◆ **WORK TASK**
The records below hold a stretch from the line with "#142=IFCRELAGGREGATES('0000000000000000000015',$,$,$,#13,(#10));" through the line with "#146=IFCMATERIAL('Plate Glass',$,$);"; return exactly those lines, ends included, and nothing more.

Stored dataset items
- Opening Delimiter -
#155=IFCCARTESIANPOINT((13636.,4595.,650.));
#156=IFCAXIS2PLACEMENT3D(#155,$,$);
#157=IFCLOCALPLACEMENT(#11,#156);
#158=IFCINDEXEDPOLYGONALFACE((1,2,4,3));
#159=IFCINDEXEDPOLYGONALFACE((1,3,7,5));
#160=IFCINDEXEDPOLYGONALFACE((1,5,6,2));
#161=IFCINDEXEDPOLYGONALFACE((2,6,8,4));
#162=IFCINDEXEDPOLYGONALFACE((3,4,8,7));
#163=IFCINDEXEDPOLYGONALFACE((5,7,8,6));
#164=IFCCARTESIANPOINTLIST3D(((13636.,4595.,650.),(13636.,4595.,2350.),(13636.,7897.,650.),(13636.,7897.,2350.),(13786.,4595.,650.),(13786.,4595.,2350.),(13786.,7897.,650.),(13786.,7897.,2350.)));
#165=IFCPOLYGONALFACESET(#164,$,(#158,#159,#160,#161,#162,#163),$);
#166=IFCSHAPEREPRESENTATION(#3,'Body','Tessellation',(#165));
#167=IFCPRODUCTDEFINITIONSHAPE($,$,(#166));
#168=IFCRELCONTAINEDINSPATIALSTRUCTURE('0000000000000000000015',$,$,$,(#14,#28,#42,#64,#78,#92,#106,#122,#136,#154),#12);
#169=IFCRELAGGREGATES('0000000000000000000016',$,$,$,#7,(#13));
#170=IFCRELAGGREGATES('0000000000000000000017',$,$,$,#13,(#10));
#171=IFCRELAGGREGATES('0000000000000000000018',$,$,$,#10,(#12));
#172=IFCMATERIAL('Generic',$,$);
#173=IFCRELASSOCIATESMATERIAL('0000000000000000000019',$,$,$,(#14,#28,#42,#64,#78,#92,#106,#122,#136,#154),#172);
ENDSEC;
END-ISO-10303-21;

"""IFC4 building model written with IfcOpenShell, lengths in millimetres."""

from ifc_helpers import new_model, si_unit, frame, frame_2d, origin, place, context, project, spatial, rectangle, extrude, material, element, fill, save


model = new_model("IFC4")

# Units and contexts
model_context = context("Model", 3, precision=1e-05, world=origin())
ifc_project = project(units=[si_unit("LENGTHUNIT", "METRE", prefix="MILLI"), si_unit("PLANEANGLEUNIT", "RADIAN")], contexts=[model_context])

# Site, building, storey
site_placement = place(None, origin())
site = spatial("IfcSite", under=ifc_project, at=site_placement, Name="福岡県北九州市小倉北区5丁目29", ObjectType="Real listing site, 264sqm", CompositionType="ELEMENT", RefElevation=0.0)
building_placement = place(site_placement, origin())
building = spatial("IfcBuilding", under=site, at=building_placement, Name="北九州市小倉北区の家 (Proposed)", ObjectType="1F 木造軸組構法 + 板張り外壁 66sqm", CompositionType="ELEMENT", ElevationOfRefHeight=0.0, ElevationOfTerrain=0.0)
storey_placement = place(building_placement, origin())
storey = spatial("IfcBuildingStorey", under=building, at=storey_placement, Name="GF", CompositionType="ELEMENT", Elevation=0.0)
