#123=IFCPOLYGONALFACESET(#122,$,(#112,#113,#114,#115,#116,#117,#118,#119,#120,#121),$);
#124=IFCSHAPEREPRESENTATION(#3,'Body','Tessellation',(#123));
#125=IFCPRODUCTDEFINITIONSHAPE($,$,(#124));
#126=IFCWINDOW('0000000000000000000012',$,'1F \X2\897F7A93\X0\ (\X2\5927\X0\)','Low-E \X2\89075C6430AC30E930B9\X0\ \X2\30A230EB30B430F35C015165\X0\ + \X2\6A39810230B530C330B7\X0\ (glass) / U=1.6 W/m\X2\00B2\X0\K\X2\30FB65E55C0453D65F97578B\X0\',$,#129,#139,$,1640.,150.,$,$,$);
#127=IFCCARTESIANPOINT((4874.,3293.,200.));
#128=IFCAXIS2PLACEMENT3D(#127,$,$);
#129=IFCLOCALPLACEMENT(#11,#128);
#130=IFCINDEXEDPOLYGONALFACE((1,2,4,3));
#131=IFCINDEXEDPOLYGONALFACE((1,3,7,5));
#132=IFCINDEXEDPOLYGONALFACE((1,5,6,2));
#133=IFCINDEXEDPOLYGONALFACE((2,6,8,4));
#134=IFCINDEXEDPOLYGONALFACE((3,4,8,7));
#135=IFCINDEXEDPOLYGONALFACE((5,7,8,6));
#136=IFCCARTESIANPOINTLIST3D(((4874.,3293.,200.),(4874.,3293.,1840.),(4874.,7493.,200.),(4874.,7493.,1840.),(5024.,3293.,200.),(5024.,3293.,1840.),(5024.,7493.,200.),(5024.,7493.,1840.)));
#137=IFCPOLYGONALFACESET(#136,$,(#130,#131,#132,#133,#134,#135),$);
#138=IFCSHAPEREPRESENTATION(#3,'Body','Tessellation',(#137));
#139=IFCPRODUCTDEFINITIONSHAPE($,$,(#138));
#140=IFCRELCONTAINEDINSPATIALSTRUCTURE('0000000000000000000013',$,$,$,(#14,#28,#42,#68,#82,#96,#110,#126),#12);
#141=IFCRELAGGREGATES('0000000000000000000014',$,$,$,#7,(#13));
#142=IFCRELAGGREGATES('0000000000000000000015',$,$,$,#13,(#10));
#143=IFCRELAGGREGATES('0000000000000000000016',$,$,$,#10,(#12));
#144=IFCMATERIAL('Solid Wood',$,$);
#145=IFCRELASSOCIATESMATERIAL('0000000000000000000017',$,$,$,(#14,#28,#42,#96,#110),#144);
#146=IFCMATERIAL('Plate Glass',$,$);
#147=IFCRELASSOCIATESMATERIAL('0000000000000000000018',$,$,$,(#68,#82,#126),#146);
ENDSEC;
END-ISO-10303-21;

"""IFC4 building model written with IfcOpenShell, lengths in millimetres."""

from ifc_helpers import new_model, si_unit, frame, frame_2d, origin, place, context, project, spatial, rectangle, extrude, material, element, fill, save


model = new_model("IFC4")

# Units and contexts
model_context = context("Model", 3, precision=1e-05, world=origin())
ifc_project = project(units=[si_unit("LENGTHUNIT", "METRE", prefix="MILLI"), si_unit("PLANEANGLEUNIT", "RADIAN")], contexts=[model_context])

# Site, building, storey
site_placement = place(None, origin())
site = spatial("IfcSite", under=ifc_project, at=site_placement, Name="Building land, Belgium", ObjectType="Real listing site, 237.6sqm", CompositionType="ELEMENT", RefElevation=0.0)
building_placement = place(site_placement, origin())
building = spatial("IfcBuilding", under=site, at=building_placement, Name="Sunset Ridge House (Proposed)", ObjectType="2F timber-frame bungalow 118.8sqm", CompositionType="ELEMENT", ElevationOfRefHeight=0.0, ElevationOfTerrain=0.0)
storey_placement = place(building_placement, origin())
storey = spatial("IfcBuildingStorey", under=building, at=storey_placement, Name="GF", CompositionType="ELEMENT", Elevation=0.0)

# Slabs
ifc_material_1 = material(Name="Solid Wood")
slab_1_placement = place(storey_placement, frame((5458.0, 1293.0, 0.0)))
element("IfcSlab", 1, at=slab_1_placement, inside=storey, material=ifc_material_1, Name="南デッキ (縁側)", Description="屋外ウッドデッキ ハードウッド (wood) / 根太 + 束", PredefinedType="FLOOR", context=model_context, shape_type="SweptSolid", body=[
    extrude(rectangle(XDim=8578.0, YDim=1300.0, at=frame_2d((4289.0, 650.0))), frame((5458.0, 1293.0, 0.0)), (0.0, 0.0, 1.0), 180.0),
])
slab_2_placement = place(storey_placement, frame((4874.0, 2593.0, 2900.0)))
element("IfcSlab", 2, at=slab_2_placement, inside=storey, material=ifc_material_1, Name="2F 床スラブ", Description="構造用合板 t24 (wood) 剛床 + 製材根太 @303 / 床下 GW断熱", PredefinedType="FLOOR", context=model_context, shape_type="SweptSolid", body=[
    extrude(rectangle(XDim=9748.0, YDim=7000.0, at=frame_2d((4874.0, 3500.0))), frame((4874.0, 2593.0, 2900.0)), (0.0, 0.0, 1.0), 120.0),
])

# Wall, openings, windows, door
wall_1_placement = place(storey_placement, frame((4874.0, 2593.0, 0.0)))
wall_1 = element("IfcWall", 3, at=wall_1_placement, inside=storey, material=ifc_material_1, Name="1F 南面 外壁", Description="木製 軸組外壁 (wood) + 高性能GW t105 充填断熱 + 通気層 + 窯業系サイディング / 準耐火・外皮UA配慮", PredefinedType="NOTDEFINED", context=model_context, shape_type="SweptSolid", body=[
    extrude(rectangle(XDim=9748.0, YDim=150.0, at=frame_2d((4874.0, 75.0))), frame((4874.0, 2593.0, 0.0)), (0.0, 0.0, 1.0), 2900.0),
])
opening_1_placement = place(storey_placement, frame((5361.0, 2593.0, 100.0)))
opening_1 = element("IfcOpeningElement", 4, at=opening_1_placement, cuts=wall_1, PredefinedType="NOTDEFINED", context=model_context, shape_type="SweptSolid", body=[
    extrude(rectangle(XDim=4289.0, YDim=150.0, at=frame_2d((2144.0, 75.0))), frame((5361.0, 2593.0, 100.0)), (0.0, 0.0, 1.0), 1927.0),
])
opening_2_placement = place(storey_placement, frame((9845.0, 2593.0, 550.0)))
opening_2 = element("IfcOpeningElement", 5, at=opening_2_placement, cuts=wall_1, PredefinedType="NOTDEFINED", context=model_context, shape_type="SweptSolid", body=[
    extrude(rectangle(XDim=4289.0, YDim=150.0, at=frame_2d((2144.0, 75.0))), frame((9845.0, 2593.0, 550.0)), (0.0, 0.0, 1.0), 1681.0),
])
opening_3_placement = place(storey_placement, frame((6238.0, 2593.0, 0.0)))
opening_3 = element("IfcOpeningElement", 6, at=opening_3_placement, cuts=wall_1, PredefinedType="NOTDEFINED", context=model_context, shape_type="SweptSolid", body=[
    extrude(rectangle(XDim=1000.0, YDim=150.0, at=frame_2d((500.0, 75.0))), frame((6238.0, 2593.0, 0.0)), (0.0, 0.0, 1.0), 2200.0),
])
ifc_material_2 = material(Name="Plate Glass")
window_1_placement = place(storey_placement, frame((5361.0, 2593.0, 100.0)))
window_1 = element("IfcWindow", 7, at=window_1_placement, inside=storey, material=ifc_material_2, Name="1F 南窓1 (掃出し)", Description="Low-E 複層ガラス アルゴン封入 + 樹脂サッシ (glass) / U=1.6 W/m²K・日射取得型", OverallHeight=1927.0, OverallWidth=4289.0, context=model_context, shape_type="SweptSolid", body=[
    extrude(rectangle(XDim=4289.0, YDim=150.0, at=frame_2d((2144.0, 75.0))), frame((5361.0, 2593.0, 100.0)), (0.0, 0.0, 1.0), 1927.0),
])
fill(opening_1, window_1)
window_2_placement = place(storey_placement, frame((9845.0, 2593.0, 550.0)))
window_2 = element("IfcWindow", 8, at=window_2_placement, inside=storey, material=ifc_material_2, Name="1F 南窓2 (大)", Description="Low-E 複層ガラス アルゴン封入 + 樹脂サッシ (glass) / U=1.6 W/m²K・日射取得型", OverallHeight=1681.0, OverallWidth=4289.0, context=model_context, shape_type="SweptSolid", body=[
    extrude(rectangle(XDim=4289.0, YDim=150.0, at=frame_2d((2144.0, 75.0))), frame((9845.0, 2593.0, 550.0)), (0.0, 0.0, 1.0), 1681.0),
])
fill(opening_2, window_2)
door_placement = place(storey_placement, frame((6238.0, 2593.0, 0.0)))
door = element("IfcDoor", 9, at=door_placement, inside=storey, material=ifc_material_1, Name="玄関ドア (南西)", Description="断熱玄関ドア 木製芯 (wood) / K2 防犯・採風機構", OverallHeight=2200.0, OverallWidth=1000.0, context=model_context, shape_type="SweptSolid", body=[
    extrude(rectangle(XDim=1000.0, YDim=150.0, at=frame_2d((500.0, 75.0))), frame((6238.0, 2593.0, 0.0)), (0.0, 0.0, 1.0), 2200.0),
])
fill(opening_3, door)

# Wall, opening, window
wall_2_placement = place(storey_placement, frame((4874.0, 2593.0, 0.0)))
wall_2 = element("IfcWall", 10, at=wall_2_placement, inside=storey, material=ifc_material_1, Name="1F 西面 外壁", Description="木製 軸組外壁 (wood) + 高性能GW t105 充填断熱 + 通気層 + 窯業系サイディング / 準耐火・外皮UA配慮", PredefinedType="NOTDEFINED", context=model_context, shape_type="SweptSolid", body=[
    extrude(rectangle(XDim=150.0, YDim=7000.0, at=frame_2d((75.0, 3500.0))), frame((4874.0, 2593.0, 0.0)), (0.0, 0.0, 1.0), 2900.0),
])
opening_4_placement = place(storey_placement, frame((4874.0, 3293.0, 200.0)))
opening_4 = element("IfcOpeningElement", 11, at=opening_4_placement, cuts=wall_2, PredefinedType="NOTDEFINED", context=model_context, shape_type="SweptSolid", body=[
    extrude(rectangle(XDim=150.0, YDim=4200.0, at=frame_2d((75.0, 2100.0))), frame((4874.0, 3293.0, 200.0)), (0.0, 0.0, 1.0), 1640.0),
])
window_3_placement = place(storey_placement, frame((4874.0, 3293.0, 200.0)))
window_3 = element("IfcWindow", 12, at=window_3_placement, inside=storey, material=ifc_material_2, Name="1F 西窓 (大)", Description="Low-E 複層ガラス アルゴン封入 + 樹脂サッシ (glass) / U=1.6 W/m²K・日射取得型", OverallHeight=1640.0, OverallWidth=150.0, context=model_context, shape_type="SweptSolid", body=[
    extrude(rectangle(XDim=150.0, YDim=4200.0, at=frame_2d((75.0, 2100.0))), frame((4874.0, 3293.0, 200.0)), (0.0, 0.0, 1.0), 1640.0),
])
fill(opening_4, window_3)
- Closing Delimiter -
◆ **ANSWER SECTION**
#142=IFCRELAGGREGATES('0000000000000000000015',$,$,$,#13,(#10));
#143=IFCRELAGGREGATES('0000000000000000000016',$,$,$,#10,(#12));
#144=IFCMATERIAL('Solid Wood',$,$);
#145=IFCRELASSOCIATESMATERIAL('0000000000000000000017',$,$,$,(#14,#28,#42,#96,#110),#144);
#146=IFCMATERIAL('Plate Glass',$,$);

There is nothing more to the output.